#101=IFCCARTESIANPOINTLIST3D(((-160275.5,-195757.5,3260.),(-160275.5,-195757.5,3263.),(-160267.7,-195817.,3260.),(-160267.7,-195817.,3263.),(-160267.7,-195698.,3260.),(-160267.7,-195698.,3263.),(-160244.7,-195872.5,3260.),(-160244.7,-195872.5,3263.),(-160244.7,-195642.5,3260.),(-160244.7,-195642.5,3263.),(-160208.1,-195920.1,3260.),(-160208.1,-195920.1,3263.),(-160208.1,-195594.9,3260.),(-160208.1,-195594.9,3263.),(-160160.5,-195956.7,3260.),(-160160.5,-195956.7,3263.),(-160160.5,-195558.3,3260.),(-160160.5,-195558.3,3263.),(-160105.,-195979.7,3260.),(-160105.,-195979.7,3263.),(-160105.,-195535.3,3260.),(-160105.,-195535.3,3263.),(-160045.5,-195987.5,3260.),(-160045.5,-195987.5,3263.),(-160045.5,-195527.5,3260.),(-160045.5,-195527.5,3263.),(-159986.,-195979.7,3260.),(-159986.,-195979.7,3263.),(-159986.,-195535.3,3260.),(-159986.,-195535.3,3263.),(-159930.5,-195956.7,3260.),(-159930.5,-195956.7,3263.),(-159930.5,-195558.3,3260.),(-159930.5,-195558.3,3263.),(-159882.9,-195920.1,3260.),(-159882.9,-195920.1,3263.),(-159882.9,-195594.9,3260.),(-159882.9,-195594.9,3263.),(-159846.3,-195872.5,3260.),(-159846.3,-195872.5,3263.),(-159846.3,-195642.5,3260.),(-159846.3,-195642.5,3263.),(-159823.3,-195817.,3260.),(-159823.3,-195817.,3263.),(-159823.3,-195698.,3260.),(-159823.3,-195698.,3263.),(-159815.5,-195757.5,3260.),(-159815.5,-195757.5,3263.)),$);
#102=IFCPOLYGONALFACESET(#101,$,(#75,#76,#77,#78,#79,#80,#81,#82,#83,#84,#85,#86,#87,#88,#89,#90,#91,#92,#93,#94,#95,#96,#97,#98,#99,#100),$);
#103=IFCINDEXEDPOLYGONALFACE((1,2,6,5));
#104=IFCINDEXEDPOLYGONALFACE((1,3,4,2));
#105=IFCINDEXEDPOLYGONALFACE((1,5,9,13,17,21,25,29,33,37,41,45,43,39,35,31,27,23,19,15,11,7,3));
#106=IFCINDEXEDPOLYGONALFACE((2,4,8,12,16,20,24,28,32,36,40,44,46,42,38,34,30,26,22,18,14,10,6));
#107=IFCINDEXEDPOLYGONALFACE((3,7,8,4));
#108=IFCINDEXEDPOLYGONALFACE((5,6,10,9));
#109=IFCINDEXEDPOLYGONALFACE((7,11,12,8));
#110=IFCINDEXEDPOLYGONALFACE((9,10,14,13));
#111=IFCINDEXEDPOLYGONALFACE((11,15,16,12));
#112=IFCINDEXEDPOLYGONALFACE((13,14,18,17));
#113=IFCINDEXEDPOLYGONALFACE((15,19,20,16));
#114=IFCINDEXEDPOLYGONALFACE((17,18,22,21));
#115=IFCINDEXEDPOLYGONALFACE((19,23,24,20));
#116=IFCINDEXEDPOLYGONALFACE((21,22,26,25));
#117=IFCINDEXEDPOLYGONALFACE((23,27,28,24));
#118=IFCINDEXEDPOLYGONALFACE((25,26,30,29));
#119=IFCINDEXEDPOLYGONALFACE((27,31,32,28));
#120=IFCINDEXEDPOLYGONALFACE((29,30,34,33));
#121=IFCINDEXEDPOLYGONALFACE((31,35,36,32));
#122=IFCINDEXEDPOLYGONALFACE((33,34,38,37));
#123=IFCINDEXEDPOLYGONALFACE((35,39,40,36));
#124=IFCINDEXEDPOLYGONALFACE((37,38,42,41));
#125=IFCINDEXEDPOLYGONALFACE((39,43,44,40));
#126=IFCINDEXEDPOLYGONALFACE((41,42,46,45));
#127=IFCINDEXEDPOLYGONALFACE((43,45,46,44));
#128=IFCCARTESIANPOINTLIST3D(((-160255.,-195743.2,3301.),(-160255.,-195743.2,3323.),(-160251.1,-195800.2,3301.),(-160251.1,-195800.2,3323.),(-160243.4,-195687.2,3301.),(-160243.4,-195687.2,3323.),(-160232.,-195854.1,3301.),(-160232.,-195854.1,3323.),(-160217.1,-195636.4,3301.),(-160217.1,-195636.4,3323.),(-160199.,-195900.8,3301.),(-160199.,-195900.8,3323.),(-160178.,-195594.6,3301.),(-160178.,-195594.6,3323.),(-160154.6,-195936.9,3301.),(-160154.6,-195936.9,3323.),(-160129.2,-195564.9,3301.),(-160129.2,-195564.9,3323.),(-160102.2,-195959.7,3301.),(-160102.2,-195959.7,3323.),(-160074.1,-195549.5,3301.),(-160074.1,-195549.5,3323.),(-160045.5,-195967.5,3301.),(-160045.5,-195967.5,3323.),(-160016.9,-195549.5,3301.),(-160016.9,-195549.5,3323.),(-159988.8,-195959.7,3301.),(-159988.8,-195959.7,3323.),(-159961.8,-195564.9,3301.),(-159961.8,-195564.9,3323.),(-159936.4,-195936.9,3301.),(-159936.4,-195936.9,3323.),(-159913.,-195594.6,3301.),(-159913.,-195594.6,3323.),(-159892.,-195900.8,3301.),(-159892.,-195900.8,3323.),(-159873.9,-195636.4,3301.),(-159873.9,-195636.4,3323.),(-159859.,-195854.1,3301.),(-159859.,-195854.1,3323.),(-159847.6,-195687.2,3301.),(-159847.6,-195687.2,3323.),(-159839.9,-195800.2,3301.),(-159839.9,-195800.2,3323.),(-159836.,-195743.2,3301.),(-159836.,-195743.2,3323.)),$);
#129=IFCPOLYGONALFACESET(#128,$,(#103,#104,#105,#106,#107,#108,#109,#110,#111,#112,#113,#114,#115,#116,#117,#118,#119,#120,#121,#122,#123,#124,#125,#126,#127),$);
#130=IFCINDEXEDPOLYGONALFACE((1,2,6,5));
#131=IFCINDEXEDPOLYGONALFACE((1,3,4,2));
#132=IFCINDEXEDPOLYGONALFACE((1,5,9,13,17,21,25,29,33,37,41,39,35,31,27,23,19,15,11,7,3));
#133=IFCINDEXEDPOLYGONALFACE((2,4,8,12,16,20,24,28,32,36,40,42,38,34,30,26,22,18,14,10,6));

* * *

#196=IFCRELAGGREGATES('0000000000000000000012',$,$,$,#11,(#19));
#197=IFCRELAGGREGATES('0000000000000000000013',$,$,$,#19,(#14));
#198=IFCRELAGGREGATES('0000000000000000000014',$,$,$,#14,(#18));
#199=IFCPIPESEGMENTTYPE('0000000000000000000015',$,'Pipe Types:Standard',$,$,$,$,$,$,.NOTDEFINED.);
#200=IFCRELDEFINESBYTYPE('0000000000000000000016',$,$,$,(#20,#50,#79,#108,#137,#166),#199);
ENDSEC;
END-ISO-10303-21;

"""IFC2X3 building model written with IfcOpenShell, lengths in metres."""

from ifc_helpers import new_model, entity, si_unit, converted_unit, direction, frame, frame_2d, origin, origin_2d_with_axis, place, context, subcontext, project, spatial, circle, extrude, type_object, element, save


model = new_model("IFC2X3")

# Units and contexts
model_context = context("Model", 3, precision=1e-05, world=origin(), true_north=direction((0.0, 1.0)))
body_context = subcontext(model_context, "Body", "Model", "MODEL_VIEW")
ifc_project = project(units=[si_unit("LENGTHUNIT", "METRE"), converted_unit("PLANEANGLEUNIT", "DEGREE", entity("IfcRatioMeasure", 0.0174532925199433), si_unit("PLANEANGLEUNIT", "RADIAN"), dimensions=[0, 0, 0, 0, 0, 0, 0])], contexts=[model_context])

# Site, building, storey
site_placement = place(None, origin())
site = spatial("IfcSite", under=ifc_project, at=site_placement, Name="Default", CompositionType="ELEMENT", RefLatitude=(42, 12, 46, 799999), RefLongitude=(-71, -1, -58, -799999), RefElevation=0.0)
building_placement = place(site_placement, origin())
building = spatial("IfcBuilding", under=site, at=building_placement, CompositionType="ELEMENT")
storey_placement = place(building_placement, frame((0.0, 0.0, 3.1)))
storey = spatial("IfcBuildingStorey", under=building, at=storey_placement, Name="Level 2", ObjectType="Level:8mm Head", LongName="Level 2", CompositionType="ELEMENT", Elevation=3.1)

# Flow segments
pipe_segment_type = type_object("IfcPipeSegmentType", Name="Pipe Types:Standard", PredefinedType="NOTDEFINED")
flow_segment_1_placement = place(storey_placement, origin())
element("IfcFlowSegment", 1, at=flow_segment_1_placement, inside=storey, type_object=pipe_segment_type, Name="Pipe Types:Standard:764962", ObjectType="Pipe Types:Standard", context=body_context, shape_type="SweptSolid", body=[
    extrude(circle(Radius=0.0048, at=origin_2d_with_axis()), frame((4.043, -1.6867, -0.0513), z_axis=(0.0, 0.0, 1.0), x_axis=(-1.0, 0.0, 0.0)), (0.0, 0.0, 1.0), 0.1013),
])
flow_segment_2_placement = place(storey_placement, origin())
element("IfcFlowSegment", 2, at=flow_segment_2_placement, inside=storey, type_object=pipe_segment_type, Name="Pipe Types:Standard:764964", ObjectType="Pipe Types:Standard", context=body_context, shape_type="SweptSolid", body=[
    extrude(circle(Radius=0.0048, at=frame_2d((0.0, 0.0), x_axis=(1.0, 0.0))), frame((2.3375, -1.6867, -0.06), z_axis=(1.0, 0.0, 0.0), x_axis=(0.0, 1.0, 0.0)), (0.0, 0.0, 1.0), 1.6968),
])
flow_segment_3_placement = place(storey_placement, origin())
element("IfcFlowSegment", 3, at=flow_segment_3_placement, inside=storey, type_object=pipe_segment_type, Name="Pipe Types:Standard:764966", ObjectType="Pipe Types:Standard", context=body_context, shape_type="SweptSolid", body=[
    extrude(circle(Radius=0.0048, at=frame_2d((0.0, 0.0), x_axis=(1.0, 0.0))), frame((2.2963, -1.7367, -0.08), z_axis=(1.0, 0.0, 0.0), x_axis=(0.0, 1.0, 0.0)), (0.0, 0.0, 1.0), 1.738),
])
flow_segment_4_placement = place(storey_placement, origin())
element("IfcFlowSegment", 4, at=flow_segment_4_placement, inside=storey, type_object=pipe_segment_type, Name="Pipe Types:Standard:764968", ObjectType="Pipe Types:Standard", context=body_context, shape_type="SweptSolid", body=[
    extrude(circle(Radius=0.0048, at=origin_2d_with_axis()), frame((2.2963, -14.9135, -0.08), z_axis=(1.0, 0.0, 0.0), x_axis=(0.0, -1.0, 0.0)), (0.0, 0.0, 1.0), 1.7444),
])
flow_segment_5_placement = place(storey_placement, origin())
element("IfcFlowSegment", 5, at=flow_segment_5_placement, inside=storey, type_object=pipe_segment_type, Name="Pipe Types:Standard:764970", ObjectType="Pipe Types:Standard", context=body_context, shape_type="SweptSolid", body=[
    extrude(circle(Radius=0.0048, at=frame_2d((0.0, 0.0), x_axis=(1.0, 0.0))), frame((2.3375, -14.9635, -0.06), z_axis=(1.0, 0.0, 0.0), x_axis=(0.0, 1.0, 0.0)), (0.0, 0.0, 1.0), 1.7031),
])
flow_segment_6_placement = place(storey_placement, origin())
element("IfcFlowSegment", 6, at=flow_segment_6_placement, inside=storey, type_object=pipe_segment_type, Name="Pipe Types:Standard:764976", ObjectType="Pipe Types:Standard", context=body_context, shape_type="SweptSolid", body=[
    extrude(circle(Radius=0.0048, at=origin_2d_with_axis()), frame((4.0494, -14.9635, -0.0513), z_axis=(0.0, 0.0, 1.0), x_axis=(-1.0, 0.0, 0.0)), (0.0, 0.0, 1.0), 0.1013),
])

■ TASK DIRECTIONS
Please show every line of the records that holds the word "subcontext".

■ TASK RESPONSE
from ifc_helpers import new_model, entity, si_unit, converted_unit, direction, frame, frame_2d, origin, origin_2d_with_axis, place, context, subcontext, project, spatial, circle, extrude, type_object, element, save
body_context = subcontext(model_context, "Body", "Model", "MODEL_VIEW")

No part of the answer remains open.